Government guarantees have become the norm in the financial system. According to the latest Federal Reserve Bank of Richmond (2017) estimate, the U.S. government’s safety net covers 60% of private financial liabilities in the United States. Serious underpricing of government guarantees gives intermediaries the incentive to take risk that can threaten the entire financial system: the Great Financial Crisis of 2007-09 is the most obvious case in point.

Deposit insurance is arguably the oldest and most widespread form of government guarantee in finance. In the United States, Congress established the Federal Deposit Insurance Corporation (FDIC) at the depth of the Great Depression in 1933 to help prevent bank runs. Today, more than 140 countries have some type of deposit insurance scheme.

In this post, we briefly review the evolution of FDIC deposit insurance pricing. We highlight evidence that, largely because of Congressional mandates, the federal insurance guarantee was underpriced for many years. It is not until 2011, following the crisis of 2007-09, that the FDIC introduced the current framework for risk-based deposit insurance fees, bringing insurance premia closer to what observers would deem to be actuarially fair.

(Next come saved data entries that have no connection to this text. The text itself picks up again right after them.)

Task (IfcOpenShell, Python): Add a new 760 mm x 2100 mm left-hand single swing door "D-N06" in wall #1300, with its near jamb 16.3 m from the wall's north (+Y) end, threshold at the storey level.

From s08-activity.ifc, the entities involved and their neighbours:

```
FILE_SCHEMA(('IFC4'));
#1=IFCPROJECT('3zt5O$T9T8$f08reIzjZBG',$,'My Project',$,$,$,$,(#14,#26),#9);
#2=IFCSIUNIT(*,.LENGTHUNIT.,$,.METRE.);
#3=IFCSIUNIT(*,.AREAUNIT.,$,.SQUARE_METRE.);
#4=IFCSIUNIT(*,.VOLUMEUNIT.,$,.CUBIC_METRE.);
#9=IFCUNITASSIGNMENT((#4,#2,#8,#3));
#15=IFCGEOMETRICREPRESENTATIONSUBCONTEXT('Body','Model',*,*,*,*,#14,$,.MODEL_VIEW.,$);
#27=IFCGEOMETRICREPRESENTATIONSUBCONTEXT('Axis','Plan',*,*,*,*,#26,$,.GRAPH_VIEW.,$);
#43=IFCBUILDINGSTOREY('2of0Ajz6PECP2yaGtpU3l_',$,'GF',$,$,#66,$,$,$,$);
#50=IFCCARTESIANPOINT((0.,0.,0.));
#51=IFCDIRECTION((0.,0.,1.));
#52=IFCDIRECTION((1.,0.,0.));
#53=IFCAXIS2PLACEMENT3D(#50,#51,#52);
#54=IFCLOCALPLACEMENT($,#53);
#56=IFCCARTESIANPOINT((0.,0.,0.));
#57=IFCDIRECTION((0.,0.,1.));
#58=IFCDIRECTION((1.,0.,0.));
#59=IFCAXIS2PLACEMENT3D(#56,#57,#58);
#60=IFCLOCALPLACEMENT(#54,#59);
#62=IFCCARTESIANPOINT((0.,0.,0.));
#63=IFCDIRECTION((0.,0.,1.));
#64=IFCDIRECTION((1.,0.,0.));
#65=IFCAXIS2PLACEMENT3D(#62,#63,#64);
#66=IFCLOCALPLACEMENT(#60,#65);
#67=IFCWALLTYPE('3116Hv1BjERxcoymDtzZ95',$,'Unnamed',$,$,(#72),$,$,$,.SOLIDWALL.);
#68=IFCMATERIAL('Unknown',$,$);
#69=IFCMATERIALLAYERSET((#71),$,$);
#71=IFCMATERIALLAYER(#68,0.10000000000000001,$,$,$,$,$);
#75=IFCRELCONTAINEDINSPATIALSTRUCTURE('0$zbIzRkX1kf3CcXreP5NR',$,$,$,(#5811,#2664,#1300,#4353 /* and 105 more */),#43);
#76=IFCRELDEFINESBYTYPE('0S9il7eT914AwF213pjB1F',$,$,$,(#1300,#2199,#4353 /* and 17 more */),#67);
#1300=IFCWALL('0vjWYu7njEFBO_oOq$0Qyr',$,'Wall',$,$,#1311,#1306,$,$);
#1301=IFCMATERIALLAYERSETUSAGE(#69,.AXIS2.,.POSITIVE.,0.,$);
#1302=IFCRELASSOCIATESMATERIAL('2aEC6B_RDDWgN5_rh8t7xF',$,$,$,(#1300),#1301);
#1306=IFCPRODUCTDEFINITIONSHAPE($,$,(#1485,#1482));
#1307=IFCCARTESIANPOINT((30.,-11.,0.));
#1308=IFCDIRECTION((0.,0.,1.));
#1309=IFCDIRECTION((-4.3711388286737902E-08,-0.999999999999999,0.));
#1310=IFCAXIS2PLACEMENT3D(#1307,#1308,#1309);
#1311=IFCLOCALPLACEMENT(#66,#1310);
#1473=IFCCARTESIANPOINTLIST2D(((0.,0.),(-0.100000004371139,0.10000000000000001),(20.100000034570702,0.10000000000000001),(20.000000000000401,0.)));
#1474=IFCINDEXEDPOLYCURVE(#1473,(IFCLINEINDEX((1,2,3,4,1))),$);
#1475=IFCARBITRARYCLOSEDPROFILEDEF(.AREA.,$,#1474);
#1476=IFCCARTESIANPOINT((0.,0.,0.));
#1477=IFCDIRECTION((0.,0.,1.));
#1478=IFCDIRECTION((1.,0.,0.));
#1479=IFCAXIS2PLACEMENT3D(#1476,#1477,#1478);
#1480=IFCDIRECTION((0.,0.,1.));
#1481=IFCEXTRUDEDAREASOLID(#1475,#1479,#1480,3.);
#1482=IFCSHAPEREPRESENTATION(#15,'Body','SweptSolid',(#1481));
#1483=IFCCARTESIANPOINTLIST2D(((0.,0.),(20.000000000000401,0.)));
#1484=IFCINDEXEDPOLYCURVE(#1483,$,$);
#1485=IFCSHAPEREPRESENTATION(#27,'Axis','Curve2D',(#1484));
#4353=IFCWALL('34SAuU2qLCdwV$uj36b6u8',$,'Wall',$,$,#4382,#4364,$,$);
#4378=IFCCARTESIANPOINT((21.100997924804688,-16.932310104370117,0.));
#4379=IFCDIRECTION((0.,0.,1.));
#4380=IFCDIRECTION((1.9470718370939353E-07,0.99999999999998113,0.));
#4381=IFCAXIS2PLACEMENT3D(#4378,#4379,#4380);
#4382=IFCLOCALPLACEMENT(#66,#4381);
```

```python
import numpy as np
import ifcopenshell
import ifcopenshell.api.feature
import ifcopenshell.api.geometry
import ifcopenshell.api.root
import ifcopenshell.api.spatial
import ifcopenshell.geom
import ifcopenshell.util.element
import ifcopenshell.util.placement
import ifcopenshell.util.representation
import ifcopenshell.util.shape
import ifcopenshell.util.unit

model = ifcopenshell.open("s08-activity.ifc")
unit_scale = ifcopenshell.util.unit.calculate_unit_scale(model)
settings = ifcopenshell.geom.settings()


def volume(element):
    """Net volume in cubic metres, openings subtracted."""
    shape = ifcopenshell.geom.create_shape(settings, element)
    return ifcopenshell.util.shape.get_volume(shape.geometry)


wall = model.by_id(1300)
storey = ifcopenshell.util.element.get_container(wall, ifc_class="IfcBuildingStorey")
context = ifcopenshell.util.representation.get_context(model, "Model", "Body", "MODEL_VIEW")
before = volume(wall)

width, height, from_end, sill = 0.76, 2.1, 16.3, 0.0  # metres

# The wall runs along its own X axis, and the end named is its -X end.
wall_shape = ifcopenshell.geom.create_shape(settings, wall)
x, y, z = ifcopenshell.util.shape.get_vertices(wall_shape.geometry).T
start = x.min() + from_end
face, thickness = float(y.min()), float(y.max() - y.min())
wall_matrix = ifcopenshell.util.placement.get_local_placement(wall.ObjectPlacement)
level = ifcopenshell.util.placement.get_local_placement(storey.ObjectPlacement)[2, 3]


def in_wall(x, y):
    """Placement at x, y metres in the wall's axes, at sill height."""
    matrix = wall_matrix.copy()
    matrix[:, 3] = wall_matrix @ np.array([x / unit_scale, y / unit_scale, 0.0, 1.0])
    matrix[2, 3] = level + sill / unit_scale
    return matrix


# Opening: a box that overshoots both wall faces by 50 mm.
opening = ifcopenshell.api.root.create_entity(model, ifc_class="IfcOpeningElement", predefined_type="OPENING")
box = ifcopenshell.api.geometry.add_wall_representation(
    model, context=context, length=width, height=height, thickness=thickness + 0.1
)
ifcopenshell.api.geometry.assign_representation(model, product=opening, representation=box)
ifcopenshell.api.geometry.edit_object_placement(model, product=opening, matrix=in_wall(start, face - 0.05), is_si=False)
ifcopenshell.api.feature.add_feature(model, feature=opening, element=wall)

door = ifcopenshell.api.root.create_entity(model, ifc_class="IfcDoor", name="D-N06", predefined_type="DOOR")
door.OverallWidth, door.OverallHeight = width / unit_scale, height / unit_scale
door.OperationType = "SINGLE_SWING_LEFT"
body = ifcopenshell.api.geometry.add_door_representation(
    model,
    context=context,
    overall_width=door.OverallWidth,
    overall_height=door.OverallHeight,
    operation_type="SINGLE_SWING_LEFT",
    lining_properties={"LiningDepth": thickness / unit_scale, "ThresholdDepth": thickness / unit_scale},
)
ifcopenshell.api.geometry.assign_representation(model, product=door, representation=body)
ifcopenshell.api.spatial.assign_container(model, products=[door], relating_structure=storey)
ifcopenshell.api.feature.add_filling(model, opening=opening, element=door)

# The lining spans the wall, so the door starts at the wall face.
ifcopenshell.api.geometry.edit_object_placement(model, product=door, matrix=in_wall(start, face), is_si=False)

after = volume(wall)

print(f"wall volume {before:.3f} -> {after:.3f} m3")

model.write("s08-activity_edited.ifc")
```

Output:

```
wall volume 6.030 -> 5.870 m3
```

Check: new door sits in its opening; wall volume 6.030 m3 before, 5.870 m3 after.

Going forward, as with any insurance regime, keeping up with the evolution of bank (and broader financial system) risks will require a willingness to update the deposit insurance pricing framework from time to time. That means adjusting pricing to reflect both the range of bank risk-taking at a point in time and—to ensure the sustainability of the deposit insurance fund without taxpayer subsidies—the evolution of aggregate risk….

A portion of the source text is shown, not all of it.